## What is expected
When a line in the entries contains the word "Generic", copy that line in full.

*** Begin section ***

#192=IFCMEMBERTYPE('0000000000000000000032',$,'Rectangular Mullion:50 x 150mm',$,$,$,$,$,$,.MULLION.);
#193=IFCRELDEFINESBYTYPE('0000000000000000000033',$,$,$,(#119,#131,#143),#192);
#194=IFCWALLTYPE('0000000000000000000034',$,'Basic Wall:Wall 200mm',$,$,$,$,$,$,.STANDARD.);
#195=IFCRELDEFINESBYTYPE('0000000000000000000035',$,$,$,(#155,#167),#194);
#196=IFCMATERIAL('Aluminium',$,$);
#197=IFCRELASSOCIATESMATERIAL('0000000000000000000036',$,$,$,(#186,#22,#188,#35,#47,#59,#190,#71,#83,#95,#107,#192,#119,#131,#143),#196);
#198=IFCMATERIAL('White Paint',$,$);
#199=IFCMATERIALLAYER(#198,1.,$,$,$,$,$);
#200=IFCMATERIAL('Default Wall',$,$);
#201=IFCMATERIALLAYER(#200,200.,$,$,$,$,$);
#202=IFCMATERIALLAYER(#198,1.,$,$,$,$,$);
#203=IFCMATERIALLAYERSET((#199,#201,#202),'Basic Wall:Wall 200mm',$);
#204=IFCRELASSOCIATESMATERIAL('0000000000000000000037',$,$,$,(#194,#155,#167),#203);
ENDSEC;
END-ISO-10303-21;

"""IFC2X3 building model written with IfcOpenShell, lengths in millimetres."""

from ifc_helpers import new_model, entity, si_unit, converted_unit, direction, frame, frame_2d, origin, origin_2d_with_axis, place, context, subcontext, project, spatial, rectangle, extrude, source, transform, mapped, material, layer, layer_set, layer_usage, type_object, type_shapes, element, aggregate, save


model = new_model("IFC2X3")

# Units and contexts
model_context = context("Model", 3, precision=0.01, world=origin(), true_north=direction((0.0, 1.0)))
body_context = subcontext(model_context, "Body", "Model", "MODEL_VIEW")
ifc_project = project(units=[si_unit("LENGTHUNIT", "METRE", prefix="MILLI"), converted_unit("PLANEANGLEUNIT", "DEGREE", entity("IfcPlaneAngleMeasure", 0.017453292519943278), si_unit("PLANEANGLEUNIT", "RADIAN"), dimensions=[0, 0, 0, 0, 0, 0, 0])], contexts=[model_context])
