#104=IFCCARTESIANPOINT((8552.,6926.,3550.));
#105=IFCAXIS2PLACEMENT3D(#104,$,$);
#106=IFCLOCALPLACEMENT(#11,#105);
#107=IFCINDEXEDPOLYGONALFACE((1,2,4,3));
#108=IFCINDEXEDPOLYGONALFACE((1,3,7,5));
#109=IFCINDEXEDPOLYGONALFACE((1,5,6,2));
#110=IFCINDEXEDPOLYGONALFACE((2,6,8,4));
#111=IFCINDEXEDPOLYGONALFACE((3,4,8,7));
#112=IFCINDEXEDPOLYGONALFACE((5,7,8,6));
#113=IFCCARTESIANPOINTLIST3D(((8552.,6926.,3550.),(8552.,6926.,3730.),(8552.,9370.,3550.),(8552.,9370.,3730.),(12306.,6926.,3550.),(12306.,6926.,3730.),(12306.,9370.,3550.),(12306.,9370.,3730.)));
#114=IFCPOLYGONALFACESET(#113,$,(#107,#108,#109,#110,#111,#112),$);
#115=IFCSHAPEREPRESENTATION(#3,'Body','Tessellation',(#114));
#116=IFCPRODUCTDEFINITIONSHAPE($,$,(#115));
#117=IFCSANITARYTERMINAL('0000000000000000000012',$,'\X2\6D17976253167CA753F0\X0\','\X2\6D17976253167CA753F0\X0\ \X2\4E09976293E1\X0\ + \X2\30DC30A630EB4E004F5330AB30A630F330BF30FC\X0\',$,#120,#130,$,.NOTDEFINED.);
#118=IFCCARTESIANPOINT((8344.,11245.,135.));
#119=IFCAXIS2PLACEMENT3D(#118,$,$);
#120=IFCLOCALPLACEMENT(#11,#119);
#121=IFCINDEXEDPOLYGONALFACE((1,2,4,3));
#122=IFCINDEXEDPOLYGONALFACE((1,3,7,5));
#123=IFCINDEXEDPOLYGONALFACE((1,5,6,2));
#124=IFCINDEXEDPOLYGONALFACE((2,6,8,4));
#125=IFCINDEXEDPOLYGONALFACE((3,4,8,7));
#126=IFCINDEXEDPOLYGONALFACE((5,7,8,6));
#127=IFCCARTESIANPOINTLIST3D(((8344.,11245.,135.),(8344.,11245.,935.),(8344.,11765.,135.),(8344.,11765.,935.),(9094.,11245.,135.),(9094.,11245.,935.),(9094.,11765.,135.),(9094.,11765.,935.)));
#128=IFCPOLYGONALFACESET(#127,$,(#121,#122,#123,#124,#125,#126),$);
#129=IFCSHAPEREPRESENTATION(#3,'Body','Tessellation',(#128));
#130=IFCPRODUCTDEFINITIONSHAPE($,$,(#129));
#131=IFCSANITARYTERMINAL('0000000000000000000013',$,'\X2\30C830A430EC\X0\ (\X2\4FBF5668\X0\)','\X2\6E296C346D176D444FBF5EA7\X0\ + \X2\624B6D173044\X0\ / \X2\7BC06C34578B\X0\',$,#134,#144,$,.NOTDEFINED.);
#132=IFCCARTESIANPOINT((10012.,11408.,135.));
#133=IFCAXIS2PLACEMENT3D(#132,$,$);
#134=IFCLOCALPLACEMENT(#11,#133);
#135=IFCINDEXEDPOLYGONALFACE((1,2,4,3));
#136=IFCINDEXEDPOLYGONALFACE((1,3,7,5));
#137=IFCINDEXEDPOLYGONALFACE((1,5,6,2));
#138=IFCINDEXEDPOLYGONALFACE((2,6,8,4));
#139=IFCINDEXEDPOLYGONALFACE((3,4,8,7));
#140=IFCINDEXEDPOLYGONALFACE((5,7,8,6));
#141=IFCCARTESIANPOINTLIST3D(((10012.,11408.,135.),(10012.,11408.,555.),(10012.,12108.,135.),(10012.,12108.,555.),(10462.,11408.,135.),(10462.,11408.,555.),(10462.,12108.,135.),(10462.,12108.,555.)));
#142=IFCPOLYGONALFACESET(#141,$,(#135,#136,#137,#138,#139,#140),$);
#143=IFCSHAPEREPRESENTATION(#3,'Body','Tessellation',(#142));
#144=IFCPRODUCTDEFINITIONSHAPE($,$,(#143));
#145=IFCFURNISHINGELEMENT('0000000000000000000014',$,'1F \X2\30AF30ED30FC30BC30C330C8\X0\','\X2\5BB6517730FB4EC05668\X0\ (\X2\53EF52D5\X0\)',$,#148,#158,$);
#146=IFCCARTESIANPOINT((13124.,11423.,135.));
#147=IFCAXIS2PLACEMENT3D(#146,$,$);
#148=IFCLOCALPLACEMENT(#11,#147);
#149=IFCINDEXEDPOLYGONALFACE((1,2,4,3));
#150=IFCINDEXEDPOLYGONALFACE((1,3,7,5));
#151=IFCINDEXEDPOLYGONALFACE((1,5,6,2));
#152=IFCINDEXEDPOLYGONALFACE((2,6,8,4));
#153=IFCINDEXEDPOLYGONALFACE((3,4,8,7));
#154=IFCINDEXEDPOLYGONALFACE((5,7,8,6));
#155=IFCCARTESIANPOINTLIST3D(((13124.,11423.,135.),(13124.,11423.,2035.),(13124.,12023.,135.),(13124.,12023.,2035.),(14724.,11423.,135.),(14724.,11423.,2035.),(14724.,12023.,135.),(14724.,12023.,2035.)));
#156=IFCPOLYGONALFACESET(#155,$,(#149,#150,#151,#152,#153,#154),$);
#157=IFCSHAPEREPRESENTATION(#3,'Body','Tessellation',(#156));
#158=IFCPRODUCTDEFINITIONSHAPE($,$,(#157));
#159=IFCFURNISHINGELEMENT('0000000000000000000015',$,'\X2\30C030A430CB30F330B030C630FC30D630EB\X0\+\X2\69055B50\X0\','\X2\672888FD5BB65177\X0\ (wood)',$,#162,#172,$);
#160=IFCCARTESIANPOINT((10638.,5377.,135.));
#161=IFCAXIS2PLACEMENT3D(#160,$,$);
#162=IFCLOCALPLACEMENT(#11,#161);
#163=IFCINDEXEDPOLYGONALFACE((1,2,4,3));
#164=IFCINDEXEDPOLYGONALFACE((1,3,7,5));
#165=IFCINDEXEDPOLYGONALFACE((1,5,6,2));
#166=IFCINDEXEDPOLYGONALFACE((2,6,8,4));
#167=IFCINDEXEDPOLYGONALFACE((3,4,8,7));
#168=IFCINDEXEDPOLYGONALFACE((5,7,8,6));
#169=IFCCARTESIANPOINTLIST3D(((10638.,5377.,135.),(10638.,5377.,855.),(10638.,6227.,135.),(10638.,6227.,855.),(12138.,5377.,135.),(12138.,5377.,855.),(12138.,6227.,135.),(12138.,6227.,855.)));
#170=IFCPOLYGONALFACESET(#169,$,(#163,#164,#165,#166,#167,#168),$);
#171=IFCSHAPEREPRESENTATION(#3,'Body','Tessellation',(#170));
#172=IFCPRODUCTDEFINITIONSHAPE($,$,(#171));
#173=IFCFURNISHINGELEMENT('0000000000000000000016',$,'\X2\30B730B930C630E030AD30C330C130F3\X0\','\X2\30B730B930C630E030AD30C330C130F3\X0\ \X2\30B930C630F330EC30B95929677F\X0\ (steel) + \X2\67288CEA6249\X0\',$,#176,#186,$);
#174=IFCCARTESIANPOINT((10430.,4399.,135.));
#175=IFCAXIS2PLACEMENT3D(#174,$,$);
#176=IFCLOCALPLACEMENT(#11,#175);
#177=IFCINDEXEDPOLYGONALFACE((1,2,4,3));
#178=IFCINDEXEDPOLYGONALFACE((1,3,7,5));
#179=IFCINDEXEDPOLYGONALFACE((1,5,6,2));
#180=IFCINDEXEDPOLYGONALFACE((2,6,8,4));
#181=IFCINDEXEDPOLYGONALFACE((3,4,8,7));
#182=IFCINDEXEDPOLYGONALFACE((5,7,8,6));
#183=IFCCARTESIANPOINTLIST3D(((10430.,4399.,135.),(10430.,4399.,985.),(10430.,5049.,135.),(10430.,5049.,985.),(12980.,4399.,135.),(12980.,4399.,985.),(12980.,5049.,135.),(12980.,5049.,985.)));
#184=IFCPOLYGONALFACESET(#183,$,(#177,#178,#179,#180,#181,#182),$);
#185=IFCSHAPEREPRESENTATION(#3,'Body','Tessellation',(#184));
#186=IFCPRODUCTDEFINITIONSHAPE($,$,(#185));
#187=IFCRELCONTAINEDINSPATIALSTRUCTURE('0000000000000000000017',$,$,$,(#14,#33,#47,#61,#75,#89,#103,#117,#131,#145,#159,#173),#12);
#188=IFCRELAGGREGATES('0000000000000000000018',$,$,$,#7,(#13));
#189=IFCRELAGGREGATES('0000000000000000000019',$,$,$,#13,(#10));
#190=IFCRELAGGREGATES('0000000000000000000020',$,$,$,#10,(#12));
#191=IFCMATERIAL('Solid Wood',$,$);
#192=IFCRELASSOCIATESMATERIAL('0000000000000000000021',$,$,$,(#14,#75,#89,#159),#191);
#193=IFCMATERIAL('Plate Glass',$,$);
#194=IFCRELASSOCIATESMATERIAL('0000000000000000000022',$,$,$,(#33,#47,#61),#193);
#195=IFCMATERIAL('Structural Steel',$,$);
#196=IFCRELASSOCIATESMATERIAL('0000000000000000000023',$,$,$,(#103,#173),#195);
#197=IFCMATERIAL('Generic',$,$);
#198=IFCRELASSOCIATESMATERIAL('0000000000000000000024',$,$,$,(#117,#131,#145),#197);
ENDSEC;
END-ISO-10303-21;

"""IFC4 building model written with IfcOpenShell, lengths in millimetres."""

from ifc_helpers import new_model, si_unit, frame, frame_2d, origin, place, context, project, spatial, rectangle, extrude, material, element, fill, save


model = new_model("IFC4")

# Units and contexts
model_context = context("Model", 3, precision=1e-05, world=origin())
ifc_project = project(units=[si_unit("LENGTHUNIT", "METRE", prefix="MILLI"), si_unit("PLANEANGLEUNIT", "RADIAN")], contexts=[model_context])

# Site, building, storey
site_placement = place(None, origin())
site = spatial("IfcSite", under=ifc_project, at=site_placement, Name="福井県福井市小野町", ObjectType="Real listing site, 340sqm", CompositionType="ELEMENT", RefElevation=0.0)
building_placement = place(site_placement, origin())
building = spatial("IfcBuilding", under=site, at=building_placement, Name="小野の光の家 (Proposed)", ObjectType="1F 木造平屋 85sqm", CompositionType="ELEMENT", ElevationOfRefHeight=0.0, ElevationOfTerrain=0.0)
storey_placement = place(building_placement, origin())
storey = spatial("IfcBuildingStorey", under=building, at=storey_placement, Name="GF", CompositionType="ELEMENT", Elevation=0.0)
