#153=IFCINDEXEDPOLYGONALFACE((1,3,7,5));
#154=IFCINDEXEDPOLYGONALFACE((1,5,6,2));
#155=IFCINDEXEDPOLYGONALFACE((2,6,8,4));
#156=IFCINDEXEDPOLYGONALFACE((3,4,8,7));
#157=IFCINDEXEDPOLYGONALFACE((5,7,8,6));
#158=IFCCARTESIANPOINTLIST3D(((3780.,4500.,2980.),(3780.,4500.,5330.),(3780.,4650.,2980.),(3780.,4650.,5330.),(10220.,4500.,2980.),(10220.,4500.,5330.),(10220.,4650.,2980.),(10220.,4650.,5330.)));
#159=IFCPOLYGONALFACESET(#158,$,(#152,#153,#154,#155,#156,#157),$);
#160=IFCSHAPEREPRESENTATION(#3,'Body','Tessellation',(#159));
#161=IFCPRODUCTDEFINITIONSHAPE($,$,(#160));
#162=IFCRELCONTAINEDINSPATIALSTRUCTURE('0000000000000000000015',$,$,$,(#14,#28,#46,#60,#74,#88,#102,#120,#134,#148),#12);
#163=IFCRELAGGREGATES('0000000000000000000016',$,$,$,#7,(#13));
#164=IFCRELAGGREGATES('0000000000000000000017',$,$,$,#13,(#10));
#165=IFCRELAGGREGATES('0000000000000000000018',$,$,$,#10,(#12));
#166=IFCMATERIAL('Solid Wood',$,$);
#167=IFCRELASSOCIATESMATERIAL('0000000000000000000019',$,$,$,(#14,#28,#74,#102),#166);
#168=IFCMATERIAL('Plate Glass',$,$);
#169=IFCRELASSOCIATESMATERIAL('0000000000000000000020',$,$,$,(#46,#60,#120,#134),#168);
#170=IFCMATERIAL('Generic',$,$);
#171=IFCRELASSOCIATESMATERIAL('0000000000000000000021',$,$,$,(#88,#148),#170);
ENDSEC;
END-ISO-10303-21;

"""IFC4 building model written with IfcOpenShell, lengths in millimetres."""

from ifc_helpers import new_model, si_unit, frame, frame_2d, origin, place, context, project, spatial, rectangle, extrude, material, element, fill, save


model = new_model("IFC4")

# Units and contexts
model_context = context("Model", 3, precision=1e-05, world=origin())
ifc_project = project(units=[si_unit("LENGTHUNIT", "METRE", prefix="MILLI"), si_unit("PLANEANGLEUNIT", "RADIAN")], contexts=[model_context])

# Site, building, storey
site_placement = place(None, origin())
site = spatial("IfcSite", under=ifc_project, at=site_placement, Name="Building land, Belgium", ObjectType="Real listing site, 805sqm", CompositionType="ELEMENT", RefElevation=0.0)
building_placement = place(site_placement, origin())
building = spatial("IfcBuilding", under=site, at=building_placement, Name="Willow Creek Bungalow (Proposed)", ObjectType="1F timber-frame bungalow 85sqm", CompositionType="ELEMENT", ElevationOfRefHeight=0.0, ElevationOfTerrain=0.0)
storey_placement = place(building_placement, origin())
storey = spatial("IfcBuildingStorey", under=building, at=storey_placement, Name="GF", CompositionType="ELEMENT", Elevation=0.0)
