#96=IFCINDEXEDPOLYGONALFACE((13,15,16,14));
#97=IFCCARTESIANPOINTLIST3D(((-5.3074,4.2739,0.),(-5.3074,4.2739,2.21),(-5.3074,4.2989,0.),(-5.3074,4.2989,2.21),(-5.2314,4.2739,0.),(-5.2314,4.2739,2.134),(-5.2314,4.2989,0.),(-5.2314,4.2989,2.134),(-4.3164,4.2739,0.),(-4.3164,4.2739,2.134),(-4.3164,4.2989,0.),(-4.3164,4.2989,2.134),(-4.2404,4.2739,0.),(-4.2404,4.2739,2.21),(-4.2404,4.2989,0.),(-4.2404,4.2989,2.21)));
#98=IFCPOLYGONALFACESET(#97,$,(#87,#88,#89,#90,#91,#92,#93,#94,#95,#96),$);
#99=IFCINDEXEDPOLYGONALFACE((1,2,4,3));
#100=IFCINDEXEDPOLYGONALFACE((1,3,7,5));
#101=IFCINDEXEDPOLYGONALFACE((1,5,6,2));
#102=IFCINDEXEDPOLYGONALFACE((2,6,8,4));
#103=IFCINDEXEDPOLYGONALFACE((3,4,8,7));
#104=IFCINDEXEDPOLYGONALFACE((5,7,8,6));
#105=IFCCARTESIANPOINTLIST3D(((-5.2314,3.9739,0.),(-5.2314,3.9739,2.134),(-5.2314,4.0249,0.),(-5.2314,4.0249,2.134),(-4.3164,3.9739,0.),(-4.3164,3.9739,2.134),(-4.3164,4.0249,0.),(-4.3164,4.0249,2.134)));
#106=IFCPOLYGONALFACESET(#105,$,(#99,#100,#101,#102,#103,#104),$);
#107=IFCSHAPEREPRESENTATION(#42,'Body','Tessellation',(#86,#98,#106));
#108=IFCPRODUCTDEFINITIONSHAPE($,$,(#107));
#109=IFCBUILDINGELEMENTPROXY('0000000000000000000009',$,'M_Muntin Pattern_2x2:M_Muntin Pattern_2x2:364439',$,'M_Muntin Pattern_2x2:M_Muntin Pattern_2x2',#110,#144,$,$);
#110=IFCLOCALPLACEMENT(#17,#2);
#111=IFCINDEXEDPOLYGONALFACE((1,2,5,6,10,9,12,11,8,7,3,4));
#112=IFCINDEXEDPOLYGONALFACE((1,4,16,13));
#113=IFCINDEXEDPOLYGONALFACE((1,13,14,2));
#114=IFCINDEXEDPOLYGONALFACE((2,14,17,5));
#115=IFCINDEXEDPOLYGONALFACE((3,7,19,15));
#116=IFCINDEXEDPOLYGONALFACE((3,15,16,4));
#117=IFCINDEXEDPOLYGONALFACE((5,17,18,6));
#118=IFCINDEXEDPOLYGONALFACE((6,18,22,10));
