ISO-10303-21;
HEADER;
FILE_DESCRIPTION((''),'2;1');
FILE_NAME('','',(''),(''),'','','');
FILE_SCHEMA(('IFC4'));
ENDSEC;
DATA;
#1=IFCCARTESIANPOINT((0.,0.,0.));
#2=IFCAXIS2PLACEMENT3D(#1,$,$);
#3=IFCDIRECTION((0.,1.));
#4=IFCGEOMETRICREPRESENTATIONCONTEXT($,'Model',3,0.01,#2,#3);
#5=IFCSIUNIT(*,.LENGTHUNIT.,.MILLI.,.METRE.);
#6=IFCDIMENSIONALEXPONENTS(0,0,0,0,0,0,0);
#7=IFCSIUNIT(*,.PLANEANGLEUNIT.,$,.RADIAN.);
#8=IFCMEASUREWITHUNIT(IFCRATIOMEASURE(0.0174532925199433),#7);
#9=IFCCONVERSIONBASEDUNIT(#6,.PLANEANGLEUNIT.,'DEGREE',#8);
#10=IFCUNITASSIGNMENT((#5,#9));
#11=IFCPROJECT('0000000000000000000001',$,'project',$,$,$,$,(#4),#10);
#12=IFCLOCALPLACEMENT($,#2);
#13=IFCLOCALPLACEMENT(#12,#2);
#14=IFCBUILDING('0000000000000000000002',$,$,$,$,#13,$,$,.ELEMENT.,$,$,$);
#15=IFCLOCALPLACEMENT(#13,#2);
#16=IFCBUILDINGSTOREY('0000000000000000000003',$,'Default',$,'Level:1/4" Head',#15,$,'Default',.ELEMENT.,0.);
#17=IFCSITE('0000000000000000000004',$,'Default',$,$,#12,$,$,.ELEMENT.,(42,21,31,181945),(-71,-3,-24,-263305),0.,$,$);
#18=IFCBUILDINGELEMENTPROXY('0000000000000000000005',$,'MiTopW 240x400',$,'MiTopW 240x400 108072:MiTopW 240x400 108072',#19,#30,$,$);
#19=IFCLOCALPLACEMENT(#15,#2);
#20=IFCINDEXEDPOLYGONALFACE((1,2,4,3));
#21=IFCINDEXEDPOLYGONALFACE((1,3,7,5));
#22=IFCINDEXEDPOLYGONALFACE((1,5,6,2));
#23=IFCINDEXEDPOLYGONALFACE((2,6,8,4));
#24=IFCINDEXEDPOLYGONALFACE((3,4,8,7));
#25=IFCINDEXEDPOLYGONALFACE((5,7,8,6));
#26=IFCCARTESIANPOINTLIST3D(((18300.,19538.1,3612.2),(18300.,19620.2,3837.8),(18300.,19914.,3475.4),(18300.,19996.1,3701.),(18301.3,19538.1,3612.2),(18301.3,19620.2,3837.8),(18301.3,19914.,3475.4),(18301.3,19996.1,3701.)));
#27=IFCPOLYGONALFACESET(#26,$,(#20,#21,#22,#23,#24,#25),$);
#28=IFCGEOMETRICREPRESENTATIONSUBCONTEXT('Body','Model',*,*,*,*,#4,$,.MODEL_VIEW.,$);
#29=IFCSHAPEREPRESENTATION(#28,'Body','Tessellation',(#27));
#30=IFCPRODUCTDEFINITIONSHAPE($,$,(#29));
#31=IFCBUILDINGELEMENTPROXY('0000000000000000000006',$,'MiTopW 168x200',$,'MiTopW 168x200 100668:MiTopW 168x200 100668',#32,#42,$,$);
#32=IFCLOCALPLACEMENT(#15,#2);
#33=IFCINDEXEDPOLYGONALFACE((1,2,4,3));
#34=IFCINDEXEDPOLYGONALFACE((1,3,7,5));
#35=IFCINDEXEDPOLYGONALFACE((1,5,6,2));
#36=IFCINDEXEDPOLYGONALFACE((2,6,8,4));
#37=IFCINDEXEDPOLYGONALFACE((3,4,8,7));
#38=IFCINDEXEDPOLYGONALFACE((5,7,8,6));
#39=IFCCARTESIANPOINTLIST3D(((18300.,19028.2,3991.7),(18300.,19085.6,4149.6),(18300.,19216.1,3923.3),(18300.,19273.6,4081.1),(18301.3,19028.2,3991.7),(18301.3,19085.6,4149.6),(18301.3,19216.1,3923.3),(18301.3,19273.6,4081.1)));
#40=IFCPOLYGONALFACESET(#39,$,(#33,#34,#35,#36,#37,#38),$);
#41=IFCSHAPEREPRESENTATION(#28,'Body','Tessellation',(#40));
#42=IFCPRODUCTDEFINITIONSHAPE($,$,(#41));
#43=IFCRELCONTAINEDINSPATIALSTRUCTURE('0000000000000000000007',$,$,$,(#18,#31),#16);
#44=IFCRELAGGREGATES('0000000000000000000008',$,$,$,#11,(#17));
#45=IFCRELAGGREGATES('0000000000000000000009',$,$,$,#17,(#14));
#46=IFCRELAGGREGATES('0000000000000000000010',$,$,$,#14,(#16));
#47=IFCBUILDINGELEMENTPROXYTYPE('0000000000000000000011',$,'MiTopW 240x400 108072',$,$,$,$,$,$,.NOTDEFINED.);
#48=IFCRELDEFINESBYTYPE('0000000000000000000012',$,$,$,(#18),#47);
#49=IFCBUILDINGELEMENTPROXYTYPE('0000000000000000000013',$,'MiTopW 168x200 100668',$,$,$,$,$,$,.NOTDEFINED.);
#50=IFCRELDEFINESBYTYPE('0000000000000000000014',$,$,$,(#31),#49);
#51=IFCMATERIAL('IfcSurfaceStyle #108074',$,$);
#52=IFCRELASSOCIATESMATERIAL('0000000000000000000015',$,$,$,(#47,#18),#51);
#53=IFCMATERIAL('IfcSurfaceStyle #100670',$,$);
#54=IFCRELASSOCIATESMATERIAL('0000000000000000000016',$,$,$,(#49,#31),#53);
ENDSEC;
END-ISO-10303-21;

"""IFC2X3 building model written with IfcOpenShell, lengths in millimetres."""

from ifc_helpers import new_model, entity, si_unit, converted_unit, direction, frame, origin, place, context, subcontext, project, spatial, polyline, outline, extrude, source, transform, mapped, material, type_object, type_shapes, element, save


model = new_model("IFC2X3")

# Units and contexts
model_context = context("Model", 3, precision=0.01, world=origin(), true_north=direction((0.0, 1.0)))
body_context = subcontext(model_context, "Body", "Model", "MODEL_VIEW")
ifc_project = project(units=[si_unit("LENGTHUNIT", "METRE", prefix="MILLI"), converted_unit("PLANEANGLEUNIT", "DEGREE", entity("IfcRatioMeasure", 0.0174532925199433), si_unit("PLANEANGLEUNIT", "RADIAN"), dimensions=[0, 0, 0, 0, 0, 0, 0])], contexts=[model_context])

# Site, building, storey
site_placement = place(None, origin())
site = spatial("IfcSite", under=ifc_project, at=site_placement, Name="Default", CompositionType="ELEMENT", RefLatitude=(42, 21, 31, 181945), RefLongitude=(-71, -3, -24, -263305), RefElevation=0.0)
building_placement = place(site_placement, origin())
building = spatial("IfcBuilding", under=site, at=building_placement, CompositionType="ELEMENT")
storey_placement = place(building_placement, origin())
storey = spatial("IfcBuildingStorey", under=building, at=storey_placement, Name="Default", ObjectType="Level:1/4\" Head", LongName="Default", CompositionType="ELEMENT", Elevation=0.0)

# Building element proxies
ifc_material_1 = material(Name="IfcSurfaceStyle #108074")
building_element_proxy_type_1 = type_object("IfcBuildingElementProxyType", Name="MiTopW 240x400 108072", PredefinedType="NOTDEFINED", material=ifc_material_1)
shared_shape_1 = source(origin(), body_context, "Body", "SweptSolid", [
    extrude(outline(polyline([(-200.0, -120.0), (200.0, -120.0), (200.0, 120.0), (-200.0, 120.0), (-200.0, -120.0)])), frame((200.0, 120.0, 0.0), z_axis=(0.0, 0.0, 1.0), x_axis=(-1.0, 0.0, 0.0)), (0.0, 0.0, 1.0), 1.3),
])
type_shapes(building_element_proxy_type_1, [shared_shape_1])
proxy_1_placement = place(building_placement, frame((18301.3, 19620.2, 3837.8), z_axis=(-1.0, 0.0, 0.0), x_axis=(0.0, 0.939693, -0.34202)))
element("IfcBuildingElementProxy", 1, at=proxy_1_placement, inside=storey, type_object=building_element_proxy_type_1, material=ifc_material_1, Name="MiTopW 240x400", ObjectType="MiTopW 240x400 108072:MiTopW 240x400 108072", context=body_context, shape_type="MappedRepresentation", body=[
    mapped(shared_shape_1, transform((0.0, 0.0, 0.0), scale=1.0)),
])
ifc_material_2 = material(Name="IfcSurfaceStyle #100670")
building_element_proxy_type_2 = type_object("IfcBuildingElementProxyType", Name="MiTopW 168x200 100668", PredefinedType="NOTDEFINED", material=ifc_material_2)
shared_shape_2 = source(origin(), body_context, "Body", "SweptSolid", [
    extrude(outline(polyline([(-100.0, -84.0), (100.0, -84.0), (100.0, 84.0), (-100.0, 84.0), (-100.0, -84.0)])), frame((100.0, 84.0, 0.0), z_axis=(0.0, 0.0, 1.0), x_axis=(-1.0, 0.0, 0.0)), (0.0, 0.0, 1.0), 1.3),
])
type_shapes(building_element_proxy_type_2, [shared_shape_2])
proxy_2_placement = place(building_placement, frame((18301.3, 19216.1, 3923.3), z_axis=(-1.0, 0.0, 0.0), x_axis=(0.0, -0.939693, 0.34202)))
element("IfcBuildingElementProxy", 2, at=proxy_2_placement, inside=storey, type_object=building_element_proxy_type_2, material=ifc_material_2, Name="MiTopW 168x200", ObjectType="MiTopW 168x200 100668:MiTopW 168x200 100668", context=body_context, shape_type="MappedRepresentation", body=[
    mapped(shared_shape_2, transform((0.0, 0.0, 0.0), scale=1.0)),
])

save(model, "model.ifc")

*** End section ***

## Solution to this problem
#197=IFCMATERIAL('Generic',$,$);
#170=IFCMATERIAL('Generic',$,$);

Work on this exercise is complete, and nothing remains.